The change in surface albedo drives a change in the local atmospheric circulation during the summer, which acts as a negative temperature feedback. We hypothesize that the increase in summer surface temperature in the ice-free regions drives convection generating a local circulation by increasing landward surface winds from the surrounding ocean (Fig. 11). The rising air results in atmospheric descent over the ice sheet warming the high elevation ice sheet, which is too cold for it to enhance ablation, and generates katabatic winds that cool the lower regions. A cooling of the ice margin reduces the ablation rate. The evidence for this summer circulation pattern in HadCM3 is provided by analysis of the circulation after 3000 yr. The ice-free area displays several regions (a few model grid cells in area) of reduced surface air pressure (∼ −5 hPa) and increased surface air temperature, indicating an ascending air mass. Coincident with the changes in the ice-free region, surface air pressure over the ice sheet increases by ∼3 hPa and the surface cools by ∼1°C. Low- and high-altitude winds reflect these surface pressure changes, as indicated by the maps of wind divergence at year 3000 in Fig. 12. An area of wind divergence at high model levels combined with convergence at low model levels, indicates airmass ascent, and the reverse for descent. The regions of atmospheric ascent correlate well with increased surface temperature and follow the retreat of the ice edge in their general location. We suggest that the development of the circulation cells may be triggered by a minimum ice-free region, and consequently may be a function of GCM spatial resolution. The development of the circulation cells marks a change in the time development in the pattern of ice sheet ablation.

Fig. 11.

Schematic of a summer local circulation system that evolves over Greenland as larger ice-free regions develop. A hot spot forms in the ice-free region warming the air, which rises. Descent over the ice sheet brings warmer air to the high elevations, but downslope winds bring cooler air to the ablation zone.

Fig. 11.

Schematic of a summer local circulation system that evolves over Greenland as larger ice-free regions develop. A hot spot forms in the ice-free region warming the air, which rises. Descent over the ice sheet brings warmer air to the high elevations, but downslope winds bring cooler air to the ablation zone.

Fig. 12.

The HadCM3 wind divergence over Greenland in year 3000 at (a) the low level (975 hPa) and (b) upper level (300 hPa). Divergent winds (red colors) at low levels and convergent (blue colors) at high levels indicate atmospheric ascent. The inverse conditions indicate descent. Regions of ascent correlate well with high surface temperature (ice free) and descent with the ice sheet (outlined region). Dotted lines show the extent of the ice sheet.

Fig. 12.

The HadCM3 wind divergence over Greenland in year 3000 at (a) the low level (975 hPa) and (b) upper level (300 hPa). Divergent winds (red colors) at low levels and convergent (blue colors) at high levels indicate atmospheric ascent. The inverse conditions indicate descent. Regions of ascent correlate well with high surface temperature (ice free) and descent with the ice sheet (outlined region). Dotted lines show the extent of the ice sheet.
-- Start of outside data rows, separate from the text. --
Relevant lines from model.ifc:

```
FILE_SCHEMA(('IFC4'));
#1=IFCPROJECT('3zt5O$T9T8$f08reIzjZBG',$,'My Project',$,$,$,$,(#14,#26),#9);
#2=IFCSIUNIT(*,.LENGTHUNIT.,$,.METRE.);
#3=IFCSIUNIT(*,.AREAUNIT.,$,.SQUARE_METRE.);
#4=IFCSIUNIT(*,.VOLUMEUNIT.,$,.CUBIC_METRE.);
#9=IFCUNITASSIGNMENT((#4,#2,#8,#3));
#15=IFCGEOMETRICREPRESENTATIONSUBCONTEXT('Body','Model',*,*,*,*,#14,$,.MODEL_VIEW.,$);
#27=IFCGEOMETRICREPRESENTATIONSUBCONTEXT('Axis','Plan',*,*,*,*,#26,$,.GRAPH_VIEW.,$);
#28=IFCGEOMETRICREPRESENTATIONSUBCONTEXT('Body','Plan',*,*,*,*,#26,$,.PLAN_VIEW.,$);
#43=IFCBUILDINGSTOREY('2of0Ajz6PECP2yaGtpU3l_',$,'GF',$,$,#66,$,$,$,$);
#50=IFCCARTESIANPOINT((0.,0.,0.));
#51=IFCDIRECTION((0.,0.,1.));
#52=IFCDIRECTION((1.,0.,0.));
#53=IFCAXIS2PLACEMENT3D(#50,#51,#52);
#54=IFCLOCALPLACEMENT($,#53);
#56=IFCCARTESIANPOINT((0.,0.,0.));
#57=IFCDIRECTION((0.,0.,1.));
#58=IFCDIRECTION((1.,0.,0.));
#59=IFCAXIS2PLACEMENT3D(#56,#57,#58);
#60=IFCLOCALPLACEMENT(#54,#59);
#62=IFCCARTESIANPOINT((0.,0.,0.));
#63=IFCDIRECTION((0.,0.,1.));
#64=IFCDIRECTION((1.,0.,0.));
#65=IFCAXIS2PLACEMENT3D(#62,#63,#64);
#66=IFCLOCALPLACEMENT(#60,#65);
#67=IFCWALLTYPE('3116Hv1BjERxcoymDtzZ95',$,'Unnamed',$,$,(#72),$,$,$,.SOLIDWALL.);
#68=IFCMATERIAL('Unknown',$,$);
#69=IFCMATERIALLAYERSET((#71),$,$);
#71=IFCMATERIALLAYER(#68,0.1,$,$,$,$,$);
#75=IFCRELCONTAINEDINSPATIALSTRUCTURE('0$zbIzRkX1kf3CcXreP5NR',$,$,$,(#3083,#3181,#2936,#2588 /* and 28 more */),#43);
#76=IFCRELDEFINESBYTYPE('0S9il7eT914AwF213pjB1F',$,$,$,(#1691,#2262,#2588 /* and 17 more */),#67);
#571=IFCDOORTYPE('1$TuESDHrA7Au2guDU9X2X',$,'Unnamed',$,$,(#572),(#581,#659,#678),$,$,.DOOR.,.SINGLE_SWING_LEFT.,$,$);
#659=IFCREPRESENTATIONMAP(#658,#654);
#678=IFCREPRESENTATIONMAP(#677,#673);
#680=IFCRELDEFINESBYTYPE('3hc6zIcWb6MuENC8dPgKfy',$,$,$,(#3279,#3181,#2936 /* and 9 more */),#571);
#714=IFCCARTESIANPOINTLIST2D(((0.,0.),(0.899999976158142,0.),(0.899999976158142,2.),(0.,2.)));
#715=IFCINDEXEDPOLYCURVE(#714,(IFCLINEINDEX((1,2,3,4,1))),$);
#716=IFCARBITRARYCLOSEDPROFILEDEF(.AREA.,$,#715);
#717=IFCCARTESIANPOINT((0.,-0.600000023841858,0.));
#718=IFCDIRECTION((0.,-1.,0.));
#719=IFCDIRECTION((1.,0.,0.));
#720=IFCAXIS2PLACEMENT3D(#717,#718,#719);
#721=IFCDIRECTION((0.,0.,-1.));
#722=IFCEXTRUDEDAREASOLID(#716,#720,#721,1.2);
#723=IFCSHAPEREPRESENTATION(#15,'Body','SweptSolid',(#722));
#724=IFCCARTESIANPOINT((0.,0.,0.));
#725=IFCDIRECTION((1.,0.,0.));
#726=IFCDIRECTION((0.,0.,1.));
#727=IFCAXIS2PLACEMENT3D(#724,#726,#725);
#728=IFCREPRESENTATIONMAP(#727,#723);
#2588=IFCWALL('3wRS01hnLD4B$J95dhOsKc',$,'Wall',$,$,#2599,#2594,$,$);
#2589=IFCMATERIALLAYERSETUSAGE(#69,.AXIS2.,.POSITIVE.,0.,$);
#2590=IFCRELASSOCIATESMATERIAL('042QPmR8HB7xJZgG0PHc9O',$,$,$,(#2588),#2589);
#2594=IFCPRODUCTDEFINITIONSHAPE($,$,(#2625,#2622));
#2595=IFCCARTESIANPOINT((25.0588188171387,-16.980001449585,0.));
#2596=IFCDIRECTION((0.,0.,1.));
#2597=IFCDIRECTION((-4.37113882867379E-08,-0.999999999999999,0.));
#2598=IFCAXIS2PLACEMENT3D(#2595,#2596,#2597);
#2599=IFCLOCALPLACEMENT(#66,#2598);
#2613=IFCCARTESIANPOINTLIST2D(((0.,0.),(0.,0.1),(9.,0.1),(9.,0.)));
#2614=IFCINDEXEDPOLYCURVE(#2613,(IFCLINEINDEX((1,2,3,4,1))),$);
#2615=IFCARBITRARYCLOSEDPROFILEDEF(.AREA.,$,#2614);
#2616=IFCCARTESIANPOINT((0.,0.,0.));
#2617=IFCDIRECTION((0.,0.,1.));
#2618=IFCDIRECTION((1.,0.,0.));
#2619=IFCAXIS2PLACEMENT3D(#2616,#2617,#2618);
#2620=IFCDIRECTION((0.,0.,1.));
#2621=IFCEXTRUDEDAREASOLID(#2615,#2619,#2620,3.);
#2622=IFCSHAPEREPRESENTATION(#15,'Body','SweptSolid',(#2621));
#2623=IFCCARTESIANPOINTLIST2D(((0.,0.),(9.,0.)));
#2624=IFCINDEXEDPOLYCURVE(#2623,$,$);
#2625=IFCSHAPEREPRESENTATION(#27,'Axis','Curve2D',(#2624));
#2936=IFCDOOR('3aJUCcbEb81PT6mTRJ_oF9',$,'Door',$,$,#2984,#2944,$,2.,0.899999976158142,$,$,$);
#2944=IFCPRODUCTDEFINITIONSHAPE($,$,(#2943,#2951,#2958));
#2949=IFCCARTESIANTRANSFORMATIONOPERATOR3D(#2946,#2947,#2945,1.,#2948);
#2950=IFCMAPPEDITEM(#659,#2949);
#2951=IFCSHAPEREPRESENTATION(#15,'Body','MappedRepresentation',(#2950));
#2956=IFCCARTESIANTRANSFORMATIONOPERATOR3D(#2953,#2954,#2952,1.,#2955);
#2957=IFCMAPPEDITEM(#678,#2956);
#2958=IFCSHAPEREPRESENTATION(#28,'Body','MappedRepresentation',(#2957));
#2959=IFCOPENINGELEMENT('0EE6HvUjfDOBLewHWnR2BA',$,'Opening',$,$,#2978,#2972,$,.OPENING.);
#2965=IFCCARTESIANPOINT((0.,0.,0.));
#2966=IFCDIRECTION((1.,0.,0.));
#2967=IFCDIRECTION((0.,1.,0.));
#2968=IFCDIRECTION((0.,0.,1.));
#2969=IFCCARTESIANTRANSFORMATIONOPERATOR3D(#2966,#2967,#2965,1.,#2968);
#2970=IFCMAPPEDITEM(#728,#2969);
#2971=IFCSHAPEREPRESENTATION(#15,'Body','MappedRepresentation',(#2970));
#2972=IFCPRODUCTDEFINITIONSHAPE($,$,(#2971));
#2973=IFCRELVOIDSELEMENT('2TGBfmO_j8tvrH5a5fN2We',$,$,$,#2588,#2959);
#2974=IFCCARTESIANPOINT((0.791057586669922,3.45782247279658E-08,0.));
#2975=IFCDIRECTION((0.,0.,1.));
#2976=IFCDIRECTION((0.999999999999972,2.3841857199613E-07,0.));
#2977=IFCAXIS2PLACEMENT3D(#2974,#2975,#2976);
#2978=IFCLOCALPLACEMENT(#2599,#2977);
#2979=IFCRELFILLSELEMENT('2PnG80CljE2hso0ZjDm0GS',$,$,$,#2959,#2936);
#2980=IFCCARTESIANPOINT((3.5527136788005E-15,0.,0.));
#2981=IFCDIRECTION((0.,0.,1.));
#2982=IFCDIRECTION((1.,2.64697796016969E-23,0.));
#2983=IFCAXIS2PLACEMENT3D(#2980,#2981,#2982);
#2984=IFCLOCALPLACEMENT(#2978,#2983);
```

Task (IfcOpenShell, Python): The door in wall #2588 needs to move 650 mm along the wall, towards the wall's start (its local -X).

```python
import ifcopenshell
import ifcopenshell.api.geometry
import ifcopenshell.util.placement

model = ifcopenshell.open("model.ifc")

door = model.by_guid("3aJUCcbEb81PT6mTRJ_oF9")
opening = door.FillsVoids[0].RelatingOpeningElement
wall = opening.VoidsElements[0].RelatingBuildingElement

wall_matrix = ifcopenshell.util.placement.get_local_placement(wall.ObjectPlacement)
shift = wall_matrix[:3, 0] * -0.65
before = ifcopenshell.util.placement.get_local_placement(door.ObjectPlacement)[:3, 3].copy()

# The door is placed relative to its opening, so it follows when the opening moves.
matrix = ifcopenshell.util.placement.get_local_placement(opening.ObjectPlacement)
matrix[:3, 3] += shift
ifcopenshell.api.geometry.edit_object_placement(
    model, product=opening, matrix=matrix, is_si=False, should_transform_children=True
)

after = ifcopenshell.util.placement.get_local_placement(door.ObjectPlacement)[:3, 3]
print("door moved by", (after - before).round(3) + 0.0)

model.write("model_v2.ifc")
```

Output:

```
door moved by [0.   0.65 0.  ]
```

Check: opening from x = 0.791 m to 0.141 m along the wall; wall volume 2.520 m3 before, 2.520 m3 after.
The regional scale shows surface pressure changes associated with changes in the westerly flow north of Iceland, a response in the stationary Rossby waves to orographic forcing (Cook 1992), which result in a shift in the polar front (Fig. 13) and a southerly shift in the mean storm tracks. The reduction in surface temperature results in an increase in winter sea ice cover in the Barents Sea with a consequent positive feedback and further surface cooling. There is no summer sea ice in the Arctic in these simulations, and the small temperature changes relate directly to sea surface temperature. The change in the Barents and Labrador Seas following a decrease in the mean surface elevation of Greenland, is opposite in sign to the impact of the slight increase in elevation due to the initial conditions (Fig. 3). There is no evidence for significant effects on the climate of Europe or farther afield, except for a winter cooling of northern Scandinavia, due to the elimination of the ice sheet in line with the results of Toniazzo et al. (2004) and Lunt et al. (2004).

Fig. 13.

The temperature differences between GHG2 and GHG1, showing the impact of the loss of 95% of the ice sheet for (a) winter and (b) summer. Westerly flow across Greenland rather than around the southern tip changes the storms to a more southerly track, reducing the flow of warm air into the Barents Sea. Sea–ice feedback as well as stronger storms in winter enhances the cooling in this region (sea ice cover is absent from the Arctic during summer). White regions indicate areas where the temperature change is greater than +10°C.

Fig. 13.

The temperature differences between GHG2 and GHG1, showing the impact of the loss of 95% of the ice sheet for (a) winter and (b) summer. Westerly flow across Greenland rather than around the southern tip changes the storms to a more southerly track, reducing the flow of warm air into the Barents Sea. Sea–ice feedback as well as stronger storms in winter enhances the cooling in this region (sea ice cover is absent from the Arctic during summer). White regions indicate areas where the temperature change is greater than +10°C.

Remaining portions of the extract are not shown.